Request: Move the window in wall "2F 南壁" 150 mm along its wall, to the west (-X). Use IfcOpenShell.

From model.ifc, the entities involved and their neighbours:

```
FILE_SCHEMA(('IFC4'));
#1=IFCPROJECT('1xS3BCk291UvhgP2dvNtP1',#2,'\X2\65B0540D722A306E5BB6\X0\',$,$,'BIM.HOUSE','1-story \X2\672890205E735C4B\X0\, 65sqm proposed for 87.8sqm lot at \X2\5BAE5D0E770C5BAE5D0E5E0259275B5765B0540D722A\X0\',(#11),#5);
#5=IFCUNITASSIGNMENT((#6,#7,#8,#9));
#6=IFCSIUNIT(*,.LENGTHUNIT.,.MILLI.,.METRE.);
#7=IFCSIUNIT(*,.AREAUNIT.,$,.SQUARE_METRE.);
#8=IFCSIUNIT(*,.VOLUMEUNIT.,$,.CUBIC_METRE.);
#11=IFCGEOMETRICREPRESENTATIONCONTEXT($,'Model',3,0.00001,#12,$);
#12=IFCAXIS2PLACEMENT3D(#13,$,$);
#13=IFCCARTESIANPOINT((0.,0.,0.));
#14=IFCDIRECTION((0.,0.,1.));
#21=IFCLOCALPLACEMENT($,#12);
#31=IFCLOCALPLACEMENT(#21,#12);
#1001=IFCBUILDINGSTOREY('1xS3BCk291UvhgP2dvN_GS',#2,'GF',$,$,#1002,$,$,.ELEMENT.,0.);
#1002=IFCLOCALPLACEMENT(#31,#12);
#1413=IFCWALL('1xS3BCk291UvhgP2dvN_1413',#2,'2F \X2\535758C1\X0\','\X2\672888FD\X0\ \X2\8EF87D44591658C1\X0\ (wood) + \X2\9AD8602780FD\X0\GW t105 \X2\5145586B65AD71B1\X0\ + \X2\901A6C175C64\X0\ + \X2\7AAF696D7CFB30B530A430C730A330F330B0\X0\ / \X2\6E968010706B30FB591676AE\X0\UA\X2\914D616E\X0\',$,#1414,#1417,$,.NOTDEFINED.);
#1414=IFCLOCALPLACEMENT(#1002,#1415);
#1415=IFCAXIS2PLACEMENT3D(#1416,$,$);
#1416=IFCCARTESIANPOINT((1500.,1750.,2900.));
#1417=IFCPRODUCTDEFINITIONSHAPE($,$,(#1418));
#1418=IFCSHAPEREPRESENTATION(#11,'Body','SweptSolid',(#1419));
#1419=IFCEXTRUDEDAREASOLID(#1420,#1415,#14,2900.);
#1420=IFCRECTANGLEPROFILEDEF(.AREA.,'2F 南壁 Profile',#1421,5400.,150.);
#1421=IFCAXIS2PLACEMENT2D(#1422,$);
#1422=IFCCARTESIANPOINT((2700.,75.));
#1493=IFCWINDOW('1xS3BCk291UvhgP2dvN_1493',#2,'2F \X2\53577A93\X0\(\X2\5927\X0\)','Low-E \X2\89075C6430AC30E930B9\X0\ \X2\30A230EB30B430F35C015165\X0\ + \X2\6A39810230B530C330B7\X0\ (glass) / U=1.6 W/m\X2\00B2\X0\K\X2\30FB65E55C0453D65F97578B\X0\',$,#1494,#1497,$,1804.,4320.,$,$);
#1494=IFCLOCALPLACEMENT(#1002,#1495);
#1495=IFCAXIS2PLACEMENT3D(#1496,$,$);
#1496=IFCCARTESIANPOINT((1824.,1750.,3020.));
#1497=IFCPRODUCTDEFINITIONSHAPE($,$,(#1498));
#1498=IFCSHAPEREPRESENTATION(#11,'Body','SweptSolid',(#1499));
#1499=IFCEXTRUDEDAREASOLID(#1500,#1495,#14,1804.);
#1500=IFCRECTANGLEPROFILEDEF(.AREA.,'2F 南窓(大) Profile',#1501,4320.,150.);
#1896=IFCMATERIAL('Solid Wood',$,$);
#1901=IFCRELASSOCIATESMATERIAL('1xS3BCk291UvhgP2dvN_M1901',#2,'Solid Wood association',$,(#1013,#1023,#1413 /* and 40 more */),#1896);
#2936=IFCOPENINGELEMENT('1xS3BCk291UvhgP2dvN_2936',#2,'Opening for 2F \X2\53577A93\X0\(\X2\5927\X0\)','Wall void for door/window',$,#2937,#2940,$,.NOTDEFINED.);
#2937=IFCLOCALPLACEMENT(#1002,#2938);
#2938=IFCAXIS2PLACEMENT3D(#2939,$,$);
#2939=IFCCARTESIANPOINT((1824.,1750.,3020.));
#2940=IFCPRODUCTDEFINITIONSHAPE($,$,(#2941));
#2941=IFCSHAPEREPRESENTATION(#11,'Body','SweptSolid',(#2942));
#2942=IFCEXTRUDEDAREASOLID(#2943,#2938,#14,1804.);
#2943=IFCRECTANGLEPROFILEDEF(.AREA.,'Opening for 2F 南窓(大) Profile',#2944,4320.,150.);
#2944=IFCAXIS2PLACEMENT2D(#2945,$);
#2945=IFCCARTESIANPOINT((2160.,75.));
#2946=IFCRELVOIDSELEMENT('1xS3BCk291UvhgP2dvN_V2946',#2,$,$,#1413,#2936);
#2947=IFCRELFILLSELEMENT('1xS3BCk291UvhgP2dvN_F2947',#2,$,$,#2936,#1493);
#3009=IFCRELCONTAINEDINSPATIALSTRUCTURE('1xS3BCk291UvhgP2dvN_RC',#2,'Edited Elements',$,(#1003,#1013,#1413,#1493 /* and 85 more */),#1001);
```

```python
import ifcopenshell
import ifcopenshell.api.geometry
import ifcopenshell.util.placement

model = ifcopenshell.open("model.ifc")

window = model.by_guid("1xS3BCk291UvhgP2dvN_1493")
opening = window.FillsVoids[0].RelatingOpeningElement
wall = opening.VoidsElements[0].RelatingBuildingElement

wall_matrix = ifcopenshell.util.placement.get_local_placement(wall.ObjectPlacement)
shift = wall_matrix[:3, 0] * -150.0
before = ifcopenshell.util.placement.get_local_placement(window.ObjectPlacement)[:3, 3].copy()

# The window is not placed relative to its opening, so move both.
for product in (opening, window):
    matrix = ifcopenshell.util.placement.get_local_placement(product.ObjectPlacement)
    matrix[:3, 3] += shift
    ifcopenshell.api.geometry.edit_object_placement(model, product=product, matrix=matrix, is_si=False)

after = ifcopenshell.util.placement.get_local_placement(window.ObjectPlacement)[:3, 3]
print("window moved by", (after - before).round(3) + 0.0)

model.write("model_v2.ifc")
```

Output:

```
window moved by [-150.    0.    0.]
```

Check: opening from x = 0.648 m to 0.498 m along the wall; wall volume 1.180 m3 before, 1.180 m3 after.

**PROBLEM DESCRIPTION**
Among the lines above, find those with the string "more" and copy them.

**RESPONSE**
#1901=IFCRELASSOCIATESMATERIAL('1xS3BCk291UvhgP2dvN_M1901',#2,'Solid Wood association',$,(#1013,#1023,#1413 /* and 40 more */),#1896);
#3009=IFCRELCONTAINEDINSPATIALSTRUCTURE('1xS3BCk291UvhgP2dvN_RC',#2,'Edited Elements',$,(#1003,#1013,#1413,#1493 /* and 85 more */),#1001);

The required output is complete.